• Description of the task: Start at the first line of the listing below. Write out each line exactly, stopping after the one that contains "#44=IFCAXIS2PLACEMENT3D(#43,$,$);".
BEGIN Supplied material
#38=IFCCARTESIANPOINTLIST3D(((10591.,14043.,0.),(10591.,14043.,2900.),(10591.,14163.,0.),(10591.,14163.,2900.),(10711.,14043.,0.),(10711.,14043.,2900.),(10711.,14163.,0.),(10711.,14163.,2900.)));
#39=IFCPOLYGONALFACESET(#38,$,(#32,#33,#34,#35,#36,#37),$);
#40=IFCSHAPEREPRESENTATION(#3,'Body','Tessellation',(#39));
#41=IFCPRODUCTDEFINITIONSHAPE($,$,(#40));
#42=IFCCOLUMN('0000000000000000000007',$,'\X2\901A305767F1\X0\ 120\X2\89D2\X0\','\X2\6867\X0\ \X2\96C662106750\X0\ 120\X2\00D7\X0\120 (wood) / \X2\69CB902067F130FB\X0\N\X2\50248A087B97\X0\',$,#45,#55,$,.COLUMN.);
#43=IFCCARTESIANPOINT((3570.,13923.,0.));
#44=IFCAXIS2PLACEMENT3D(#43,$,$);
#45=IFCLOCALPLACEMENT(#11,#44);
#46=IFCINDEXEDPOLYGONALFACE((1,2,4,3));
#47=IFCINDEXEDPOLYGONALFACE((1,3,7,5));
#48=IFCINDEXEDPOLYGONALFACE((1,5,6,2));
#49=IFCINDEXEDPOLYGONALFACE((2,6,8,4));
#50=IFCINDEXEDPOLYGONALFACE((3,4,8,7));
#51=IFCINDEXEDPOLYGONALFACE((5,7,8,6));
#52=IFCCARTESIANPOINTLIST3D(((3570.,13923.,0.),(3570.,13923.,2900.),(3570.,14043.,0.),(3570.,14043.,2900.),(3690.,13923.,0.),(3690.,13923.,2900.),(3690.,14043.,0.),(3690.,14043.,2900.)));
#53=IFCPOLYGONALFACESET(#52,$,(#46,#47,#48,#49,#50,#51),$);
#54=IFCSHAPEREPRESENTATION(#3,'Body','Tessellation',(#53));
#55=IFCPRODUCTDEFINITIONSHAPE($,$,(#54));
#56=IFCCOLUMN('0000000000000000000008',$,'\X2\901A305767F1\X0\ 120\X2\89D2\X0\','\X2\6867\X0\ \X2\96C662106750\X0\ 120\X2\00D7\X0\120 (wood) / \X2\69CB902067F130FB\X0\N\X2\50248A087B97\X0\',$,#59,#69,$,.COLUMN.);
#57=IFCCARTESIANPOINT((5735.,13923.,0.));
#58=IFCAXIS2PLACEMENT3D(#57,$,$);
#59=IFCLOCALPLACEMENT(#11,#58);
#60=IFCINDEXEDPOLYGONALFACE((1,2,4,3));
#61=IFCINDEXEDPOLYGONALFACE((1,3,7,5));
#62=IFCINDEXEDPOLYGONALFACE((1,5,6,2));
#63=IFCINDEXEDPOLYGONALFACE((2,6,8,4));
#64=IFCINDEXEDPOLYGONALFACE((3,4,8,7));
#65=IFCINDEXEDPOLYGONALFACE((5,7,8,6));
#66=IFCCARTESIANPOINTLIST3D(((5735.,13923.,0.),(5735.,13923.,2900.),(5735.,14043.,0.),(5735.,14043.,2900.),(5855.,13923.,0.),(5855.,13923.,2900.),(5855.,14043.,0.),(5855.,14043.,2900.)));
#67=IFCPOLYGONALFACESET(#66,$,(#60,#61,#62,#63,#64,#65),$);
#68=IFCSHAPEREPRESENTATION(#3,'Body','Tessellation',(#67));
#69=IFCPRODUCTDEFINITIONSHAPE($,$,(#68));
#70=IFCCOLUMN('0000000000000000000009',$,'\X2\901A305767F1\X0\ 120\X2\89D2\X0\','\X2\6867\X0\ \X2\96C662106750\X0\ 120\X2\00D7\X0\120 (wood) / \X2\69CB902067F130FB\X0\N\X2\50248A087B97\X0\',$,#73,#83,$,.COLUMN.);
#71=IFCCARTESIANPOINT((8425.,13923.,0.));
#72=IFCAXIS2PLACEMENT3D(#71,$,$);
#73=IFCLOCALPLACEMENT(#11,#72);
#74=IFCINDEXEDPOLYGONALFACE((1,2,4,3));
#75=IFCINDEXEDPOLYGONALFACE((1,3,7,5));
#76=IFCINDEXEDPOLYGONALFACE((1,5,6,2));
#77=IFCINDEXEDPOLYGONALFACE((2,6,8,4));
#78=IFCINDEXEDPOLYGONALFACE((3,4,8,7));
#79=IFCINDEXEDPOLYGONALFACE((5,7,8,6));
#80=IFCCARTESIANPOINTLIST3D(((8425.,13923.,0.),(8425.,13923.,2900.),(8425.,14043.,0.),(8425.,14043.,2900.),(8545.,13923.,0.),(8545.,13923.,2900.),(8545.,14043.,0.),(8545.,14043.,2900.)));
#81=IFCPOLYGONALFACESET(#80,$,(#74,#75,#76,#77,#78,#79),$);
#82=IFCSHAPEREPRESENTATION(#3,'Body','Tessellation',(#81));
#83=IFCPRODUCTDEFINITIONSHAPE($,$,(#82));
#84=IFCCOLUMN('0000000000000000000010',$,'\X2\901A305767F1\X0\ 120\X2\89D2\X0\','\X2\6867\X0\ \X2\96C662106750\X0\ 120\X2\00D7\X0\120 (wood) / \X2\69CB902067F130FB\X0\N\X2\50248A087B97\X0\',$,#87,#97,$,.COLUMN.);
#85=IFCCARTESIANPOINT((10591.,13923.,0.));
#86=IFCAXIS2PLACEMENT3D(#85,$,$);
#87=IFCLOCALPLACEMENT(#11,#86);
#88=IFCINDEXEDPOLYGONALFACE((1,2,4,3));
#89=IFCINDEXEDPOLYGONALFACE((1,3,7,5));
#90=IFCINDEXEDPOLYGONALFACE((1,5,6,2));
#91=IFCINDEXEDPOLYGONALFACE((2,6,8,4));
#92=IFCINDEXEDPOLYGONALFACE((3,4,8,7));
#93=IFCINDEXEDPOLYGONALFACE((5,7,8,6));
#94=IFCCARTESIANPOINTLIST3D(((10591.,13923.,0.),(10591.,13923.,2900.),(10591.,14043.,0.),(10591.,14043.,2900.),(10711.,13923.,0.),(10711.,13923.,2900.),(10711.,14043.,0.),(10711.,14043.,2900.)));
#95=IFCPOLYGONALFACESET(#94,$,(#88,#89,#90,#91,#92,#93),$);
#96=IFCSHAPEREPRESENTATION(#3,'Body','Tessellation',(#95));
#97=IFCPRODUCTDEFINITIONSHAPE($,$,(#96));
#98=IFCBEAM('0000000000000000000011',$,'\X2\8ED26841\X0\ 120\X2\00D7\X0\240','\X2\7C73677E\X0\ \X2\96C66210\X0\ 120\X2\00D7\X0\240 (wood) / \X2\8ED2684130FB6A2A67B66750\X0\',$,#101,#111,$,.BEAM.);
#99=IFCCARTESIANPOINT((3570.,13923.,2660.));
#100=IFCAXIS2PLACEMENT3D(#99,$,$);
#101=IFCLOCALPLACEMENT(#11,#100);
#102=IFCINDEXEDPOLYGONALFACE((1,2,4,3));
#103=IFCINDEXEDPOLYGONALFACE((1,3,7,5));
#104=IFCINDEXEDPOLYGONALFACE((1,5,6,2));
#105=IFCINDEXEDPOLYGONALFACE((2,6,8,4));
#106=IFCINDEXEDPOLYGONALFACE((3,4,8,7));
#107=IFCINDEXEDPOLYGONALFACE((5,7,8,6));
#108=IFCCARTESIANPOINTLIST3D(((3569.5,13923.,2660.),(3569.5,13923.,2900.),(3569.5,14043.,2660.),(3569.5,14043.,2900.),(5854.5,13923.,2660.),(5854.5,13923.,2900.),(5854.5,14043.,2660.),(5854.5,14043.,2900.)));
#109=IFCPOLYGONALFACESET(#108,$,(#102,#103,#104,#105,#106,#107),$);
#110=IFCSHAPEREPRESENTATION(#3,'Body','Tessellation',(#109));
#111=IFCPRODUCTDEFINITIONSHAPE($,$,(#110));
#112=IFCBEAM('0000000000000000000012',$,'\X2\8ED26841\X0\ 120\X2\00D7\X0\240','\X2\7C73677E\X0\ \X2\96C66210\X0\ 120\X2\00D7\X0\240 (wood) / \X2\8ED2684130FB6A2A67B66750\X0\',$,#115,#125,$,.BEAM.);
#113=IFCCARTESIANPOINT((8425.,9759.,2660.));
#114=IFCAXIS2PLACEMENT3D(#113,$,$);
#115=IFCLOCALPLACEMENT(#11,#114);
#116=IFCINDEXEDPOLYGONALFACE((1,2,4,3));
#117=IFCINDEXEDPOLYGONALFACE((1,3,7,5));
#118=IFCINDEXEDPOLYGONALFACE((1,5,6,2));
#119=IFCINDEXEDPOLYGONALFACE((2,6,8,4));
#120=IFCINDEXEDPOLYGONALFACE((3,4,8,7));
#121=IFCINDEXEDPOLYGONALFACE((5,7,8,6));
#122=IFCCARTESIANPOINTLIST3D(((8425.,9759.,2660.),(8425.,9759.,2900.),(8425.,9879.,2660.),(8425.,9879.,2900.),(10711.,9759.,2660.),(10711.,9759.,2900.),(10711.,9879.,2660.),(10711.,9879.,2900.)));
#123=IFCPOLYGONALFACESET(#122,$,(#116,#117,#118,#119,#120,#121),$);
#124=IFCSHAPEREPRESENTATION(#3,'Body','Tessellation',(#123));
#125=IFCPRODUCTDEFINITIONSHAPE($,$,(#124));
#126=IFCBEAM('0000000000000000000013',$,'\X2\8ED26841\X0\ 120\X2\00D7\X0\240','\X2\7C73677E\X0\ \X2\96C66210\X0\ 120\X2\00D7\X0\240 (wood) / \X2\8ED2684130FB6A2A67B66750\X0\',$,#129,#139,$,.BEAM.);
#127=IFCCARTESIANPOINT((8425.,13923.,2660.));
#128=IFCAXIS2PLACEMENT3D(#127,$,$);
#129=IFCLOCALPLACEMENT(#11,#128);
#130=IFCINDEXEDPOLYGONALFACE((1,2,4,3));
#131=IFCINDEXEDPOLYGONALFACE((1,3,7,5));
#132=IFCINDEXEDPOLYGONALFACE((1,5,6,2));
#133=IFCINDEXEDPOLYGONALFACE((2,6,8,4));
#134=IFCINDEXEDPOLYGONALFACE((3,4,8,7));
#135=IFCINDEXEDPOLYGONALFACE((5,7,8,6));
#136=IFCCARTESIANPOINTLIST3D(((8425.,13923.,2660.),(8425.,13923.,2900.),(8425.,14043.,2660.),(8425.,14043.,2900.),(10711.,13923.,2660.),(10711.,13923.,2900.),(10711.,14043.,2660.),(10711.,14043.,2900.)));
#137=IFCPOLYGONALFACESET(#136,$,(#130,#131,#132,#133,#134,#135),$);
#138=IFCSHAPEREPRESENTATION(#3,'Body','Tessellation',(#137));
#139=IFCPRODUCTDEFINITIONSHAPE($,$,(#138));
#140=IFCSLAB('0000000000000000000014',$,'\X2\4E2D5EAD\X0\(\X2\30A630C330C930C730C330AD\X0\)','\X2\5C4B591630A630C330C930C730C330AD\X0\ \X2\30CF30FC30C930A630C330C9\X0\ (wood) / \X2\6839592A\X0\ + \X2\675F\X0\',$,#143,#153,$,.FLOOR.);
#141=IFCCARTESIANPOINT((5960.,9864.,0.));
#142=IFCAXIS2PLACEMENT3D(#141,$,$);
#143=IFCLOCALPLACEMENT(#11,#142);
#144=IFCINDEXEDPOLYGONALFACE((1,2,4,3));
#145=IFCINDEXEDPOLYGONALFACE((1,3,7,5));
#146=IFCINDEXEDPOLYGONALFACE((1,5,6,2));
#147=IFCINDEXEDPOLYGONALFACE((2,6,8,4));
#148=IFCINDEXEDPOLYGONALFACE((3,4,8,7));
END Supplied material
• Completed exercise:
#38=IFCCARTESIANPOINTLIST3D(((10591.,14043.,0.),(10591.,14043.,2900.),(10591.,14163.,0.),(10591.,14163.,2900.),(10711.,14043.,0.),(10711.,14043.,2900.),(10711.,14163.,0.),(10711.,14163.,2900.)));
#39=IFCPOLYGONALFACESET(#38,$,(#32,#33,#34,#35,#36,#37),$);
#40=IFCSHAPEREPRESENTATION(#3,'Body','Tessellation',(#39));
#41=IFCPRODUCTDEFINITIONSHAPE($,$,(#40));
#42=IFCCOLUMN('0000000000000000000007',$,'\X2\901A305767F1\X0\ 120\X2\89D2\X0\','\X2\6867\X0\ \X2\96C662106750\X0\ 120\X2\00D7\X0\120 (wood) / \X2\69CB902067F130FB\X0\N\X2\50248A087B97\X0\',$,#45,#55,$,.COLUMN.);
#43=IFCCARTESIANPOINT((3570.,13923.,0.));
#44=IFCAXIS2PLACEMENT3D(#43,$,$);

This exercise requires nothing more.